Con el golfo de México como patio trasero, tuve una niñez aventurera y poco ortodoxa. Todos los sábados por la mañana sin falta significaban ir a bucear en busca de pecios. Los dos anclábamos frente a la orilla, izábamos nuestra bandera de buceo blanca y roja y explorábamos el paraíso de nuestro patio trasero subacuático. Pronto mi padre me enseñó habilidades básicas —navegación subacuática, control de las boyas— y, cuando llegó el momento, empecé a dominar habilidades técnicas también, como bucear de forma segura en el entorno de cueva de los pecios.

Las habilidades y técnicas tenían su lugar, pero mi padre nunca me dejó olvidar el disfrute. Los pecios estaban llenos de misterio, y él me enseñó a explorarlos como una arqueóloga náutica. ¿Qué hundió el navío? ¿Qué cargamento llevaba? ¿A dónde se dirigía y por qué?

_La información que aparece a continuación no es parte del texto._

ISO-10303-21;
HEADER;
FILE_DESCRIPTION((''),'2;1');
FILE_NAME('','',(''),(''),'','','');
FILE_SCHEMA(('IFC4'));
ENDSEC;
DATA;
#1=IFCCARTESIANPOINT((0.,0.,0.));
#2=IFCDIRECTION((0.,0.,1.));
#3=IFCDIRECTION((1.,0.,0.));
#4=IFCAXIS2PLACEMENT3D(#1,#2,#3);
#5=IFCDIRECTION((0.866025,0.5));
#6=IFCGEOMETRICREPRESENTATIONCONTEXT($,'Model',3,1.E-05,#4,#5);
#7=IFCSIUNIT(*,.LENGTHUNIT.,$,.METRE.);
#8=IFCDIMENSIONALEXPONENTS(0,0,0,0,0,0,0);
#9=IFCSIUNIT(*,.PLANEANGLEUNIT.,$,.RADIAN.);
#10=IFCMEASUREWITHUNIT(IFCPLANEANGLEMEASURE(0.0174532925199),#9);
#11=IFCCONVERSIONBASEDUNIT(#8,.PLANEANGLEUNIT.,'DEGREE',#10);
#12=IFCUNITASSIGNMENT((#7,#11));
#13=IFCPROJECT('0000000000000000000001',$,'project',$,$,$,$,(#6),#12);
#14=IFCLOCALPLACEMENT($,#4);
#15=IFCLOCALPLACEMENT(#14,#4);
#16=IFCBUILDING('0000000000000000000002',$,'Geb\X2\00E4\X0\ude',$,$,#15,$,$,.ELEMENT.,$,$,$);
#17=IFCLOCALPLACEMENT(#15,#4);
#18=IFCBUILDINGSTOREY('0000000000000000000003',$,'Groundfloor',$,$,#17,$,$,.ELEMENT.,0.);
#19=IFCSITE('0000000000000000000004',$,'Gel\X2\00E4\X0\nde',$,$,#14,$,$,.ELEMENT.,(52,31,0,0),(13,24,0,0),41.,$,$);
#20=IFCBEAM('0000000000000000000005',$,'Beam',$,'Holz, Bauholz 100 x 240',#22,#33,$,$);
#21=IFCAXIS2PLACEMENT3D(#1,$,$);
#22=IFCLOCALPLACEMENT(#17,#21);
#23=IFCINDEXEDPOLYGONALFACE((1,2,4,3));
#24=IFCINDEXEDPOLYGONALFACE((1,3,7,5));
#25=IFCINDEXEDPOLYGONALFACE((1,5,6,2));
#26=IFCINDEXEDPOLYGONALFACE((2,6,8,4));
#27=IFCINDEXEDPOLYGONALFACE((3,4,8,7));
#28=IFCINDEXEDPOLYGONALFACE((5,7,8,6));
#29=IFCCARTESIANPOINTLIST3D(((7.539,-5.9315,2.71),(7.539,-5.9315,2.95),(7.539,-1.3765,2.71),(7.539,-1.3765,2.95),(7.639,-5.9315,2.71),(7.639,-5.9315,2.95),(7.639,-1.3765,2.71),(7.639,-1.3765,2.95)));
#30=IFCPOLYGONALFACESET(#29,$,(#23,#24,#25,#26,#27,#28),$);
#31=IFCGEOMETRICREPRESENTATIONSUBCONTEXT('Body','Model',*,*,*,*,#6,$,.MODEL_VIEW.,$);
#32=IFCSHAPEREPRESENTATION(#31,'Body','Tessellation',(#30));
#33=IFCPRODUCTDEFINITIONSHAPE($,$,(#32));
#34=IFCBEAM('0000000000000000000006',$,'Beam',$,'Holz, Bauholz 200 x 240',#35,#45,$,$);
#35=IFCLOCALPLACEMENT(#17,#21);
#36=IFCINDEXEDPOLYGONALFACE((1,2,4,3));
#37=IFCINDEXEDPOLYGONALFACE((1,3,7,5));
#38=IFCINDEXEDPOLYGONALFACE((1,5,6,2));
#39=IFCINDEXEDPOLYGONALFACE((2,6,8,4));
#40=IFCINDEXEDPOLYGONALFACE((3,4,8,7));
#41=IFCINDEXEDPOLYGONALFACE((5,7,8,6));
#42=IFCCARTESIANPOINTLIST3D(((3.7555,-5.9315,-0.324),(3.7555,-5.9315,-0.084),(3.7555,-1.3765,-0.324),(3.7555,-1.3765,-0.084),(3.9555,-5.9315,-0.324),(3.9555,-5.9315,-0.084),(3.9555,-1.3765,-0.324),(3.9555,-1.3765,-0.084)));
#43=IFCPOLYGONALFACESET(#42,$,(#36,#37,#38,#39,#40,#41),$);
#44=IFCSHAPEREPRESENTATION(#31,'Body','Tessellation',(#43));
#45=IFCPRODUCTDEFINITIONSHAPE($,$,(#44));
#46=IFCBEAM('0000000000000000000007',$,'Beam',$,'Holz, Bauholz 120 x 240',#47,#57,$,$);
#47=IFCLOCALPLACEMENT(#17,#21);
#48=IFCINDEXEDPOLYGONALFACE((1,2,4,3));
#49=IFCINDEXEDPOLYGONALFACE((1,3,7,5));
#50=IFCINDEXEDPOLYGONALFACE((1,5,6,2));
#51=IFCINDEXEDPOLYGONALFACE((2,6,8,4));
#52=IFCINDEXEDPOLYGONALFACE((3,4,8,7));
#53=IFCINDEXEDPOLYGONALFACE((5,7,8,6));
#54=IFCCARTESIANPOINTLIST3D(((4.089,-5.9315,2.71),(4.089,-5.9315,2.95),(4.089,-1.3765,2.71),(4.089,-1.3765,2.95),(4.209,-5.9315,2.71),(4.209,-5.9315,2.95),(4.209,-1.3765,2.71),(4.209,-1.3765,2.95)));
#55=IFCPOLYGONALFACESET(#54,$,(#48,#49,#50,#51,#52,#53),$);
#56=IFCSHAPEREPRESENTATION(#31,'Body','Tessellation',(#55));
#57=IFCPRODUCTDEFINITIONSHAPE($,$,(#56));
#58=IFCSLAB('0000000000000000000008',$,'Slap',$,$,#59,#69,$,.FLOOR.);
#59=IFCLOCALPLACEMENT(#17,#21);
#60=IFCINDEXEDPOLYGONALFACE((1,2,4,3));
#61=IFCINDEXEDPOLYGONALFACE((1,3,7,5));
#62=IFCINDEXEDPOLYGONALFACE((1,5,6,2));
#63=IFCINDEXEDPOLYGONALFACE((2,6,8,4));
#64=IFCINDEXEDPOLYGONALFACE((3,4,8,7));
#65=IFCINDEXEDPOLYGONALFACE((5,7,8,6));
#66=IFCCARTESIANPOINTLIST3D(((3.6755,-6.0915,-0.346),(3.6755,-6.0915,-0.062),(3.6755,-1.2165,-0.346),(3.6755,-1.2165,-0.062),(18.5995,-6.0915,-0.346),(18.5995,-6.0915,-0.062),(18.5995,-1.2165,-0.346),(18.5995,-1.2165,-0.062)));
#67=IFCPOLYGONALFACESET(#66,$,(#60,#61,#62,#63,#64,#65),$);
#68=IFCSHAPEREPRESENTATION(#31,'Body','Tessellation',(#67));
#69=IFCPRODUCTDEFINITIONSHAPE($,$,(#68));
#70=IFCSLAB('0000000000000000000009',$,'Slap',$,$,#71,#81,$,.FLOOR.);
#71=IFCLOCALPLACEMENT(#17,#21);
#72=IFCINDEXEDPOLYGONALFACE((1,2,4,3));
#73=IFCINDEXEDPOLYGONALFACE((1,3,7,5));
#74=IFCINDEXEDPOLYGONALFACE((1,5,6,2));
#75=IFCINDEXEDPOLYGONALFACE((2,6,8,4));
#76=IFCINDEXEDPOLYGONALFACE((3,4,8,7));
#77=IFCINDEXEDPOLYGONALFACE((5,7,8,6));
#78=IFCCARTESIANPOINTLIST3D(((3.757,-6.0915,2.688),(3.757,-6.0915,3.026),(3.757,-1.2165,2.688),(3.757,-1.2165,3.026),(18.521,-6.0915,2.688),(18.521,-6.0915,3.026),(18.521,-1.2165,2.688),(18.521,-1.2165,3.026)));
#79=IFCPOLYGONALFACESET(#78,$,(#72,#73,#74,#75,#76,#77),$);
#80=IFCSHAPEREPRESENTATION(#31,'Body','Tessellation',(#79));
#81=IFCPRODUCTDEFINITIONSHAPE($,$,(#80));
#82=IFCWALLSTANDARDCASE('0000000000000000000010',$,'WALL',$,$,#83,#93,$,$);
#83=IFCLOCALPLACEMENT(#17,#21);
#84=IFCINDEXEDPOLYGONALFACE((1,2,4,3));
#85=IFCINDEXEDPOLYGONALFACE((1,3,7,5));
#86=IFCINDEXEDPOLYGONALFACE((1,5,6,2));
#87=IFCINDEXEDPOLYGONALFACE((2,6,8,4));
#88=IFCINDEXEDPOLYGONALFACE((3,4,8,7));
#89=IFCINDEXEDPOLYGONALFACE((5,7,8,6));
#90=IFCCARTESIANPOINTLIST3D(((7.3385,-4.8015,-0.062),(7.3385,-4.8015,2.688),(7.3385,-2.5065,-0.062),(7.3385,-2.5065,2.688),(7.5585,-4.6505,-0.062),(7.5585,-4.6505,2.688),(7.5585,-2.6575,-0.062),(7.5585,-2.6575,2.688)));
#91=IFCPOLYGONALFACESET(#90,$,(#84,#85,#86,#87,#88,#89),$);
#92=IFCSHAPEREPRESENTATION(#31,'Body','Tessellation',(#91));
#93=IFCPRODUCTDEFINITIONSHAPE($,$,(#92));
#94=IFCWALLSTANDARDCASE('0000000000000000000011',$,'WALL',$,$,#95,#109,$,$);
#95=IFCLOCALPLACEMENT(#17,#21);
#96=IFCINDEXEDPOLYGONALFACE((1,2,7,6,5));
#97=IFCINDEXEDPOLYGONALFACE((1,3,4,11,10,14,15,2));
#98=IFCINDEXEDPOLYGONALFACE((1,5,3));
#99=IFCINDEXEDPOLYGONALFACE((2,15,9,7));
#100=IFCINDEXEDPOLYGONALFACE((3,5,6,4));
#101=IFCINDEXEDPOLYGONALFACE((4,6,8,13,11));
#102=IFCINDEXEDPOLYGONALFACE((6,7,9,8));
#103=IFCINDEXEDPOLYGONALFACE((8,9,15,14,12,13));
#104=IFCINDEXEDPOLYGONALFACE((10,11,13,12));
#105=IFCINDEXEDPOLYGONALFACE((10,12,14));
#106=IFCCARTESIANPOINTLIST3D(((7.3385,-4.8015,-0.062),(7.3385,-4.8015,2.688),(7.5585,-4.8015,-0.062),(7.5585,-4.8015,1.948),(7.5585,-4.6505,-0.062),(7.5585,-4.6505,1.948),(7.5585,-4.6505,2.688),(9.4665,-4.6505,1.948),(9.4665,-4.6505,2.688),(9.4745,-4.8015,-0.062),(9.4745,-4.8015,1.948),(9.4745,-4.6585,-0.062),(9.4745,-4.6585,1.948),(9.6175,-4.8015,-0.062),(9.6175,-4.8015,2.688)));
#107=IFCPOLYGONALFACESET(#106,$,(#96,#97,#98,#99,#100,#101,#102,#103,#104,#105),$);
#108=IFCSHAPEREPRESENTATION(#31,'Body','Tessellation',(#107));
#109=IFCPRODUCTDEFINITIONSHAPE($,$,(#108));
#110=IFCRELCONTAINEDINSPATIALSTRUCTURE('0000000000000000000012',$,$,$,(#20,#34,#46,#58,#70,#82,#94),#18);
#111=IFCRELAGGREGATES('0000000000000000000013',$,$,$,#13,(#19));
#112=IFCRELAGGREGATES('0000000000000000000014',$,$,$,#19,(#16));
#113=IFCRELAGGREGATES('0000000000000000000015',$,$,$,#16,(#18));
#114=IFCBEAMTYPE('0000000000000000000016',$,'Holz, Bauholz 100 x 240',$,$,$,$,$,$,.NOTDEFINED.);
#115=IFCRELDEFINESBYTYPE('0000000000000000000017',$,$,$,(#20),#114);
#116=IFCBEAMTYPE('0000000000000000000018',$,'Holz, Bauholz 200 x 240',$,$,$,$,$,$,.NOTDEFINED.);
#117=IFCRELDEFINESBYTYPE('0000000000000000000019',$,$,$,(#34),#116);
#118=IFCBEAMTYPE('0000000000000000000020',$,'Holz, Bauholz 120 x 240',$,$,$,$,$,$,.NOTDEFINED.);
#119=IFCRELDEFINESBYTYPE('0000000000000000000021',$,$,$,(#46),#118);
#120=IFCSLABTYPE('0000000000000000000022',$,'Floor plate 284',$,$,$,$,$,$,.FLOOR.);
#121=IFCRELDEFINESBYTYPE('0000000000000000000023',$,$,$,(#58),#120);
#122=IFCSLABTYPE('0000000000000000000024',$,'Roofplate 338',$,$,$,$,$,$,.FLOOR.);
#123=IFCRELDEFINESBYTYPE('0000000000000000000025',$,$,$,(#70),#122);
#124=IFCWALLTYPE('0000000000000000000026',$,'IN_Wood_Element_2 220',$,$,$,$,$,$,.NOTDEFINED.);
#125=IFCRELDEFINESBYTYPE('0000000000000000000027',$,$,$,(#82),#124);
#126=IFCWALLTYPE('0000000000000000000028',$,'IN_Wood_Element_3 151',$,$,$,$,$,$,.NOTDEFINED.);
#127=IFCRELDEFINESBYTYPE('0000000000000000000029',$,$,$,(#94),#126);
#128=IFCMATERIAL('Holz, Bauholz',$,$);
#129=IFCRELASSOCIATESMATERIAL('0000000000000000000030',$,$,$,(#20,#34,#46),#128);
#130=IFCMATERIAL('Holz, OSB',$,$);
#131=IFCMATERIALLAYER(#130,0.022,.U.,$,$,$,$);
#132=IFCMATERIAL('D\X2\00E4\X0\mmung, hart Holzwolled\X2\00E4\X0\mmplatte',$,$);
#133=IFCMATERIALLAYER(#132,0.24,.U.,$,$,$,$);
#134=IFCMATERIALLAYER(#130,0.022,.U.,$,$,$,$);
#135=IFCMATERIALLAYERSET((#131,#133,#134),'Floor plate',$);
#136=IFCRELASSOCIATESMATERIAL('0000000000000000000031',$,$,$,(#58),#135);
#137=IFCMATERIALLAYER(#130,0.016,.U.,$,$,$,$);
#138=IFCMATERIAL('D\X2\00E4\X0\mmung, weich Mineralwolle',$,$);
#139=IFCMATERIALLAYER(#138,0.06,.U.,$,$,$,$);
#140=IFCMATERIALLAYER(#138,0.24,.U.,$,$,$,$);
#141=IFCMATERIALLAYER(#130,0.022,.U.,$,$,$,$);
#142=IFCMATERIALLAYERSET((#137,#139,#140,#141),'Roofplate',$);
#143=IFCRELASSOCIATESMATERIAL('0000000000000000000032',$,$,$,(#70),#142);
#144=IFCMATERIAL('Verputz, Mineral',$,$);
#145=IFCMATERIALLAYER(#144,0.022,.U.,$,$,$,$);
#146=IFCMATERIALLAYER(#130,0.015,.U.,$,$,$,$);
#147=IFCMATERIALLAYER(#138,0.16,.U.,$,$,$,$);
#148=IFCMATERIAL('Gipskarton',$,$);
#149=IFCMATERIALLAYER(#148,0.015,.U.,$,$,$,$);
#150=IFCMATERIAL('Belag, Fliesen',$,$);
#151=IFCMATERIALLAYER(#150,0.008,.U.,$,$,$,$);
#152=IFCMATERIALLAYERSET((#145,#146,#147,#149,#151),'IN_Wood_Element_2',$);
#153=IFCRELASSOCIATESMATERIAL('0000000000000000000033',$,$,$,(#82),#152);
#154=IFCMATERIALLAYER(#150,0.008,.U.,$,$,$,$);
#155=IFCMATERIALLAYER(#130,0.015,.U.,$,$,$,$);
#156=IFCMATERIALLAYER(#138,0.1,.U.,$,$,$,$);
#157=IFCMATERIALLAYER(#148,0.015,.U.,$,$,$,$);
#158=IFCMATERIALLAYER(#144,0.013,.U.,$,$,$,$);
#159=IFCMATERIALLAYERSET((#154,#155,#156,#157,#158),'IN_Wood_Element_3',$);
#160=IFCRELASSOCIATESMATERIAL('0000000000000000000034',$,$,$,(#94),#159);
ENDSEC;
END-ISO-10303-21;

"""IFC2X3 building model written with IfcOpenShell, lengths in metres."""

from ifc_helpers import new_model, entity, si_unit, converted_unit, direction, frame, frame_2d, origin_with_axes, origin_2d_with_axis, place, context, subcontext, project, spatial, polyline, rectangle, outline, extrude, material, layer, layer_set, layer_usage, type_object, element, save


model = new_model("IFC2X3")

# Units and contexts
model_context = context("Model", 3, precision=1e-05, world=origin_with_axes(), true_north=direction((0.866025, 0.5)))
body_context = subcontext(model_context, "Body", "Model", "MODEL_VIEW")
ifc_project = project(units=[si_unit("LENGTHUNIT", "METRE"), converted_unit("PLANEANGLEUNIT", "DEGREE", entity("IfcPlaneAngleMeasure", 0.0174532925199), si_unit("PLANEANGLEUNIT", "RADIAN"), dimensions=[0, 0, 0, 0, 0, 0, 0])], contexts=[model_context])

# Site, building, storey
site_placement = place(None, origin_with_axes())
site = spatial("IfcSite", under=ifc_project, at=site_placement, Name="Gelände", CompositionType="ELEMENT", RefLatitude=(52, 31, 0, 0), RefLongitude=(13, 24, 0, 0), RefElevation=41.0)
building_placement = place(site_placement, origin_with_axes())
building = spatial("IfcBuilding", under=site, at=building_placement, Name="Gebäude", CompositionType="ELEMENT")
storey_placement = place(building_placement, origin_with_axes())
storey = spatial("IfcBuildingStorey", under=building, at=storey_placement, Name="Groundfloor", CompositionType="ELEMENT", Elevation=0.0)

# Shared definitions
ifc_material_1 = material(Name="Holz, Bauholz")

«No pases por alto tampoco los archivos», le gustaba decir. Los cuadernos de bitácora, los planos de los barcos, las crónicas de incidentes a menudo revelaban mucho más sobre un pecio que los propios restos. «A veces las respuestas no están en el agua, sino fuera de ella».

Sin embargo, había algo más que la investigación y lo académico en el interés de mi padre por los pecios —también había sido un declarado buscador de tesoros—. En el marco de su estudio, escribió varios artículos sobre el valor estimado de los tesoros hundidos del mundo: más de cuatro mil millones de dólares, según calculaban los expertos. Y solo un selecto número de personas, lo suficientemente cualificadas y valerosas como para sumirse en las profundidades del océano, tenían alguna oportunidad de encontrarlos.

Aun así, también hacía falta suerte. Y mi padre nunca pareció tropezarse con ella, aunque no había sido por falta de intentos. Año tras año, inmersión tras inmersión, aquel Gran Descubrimiento parecía esquivarlo. A su amigo y viejo compañero de estudios, Conrad Cass, le gustaba pincharlo a propósito. «¿Has encontrado algo que no sea basura últimamente?», le preguntaba cada vez que se encontraban. Para él había sido fácil: Conrad, su compañero de inmersiones, supuestamente se había tropezado con varios pecios afortunados a lo largo de los años, si bien él nunca había revelado dónde se hallaban ni qué clase de botín había encontrado en ellos.

A mi padre le parecía injusto: él creía en seguir las reglas, y sabía bien que era importante informar de cualquier hallazgo a las autoridades competentes, aunque ello supusiera no ver un céntimo al final. Pero ¿los tipos como Conrad? Mi padre no tenía clara su adhesión a los mismos valores.

Siempre contemporizador, él movía la cabeza ante las pullas de Conrad. «Aún no», respondía siempre riendo.

Pero yo sabía que había frustración bajo aquella fachada. Mi padre se había acercado muchas veces. En una ocasión, frente a la costa de Sudáfrica, recuperó lo que creyó una moneda de oro de un barco hundido a principios del siglo XVII. Su valor habría superado los cien mil dólares.

Pero, ay, era pirita. Falso oro.

En otra ocasión, lo habían seleccionado para unirse a un grupo de colegas arqueólogos que iban a hacer una prometedora inmersión cerca de las Azores. Pero aquella mañana despertó con un severo catarro. Y todo buceador es consciente de los peligros de bucear con congestión nasal —romperse un tímpano—, por lo que mi padre se quedó en el barco.

Aquel pecio acabó rindiendo un cuarto de millón de dólares en doblones de oro españoles.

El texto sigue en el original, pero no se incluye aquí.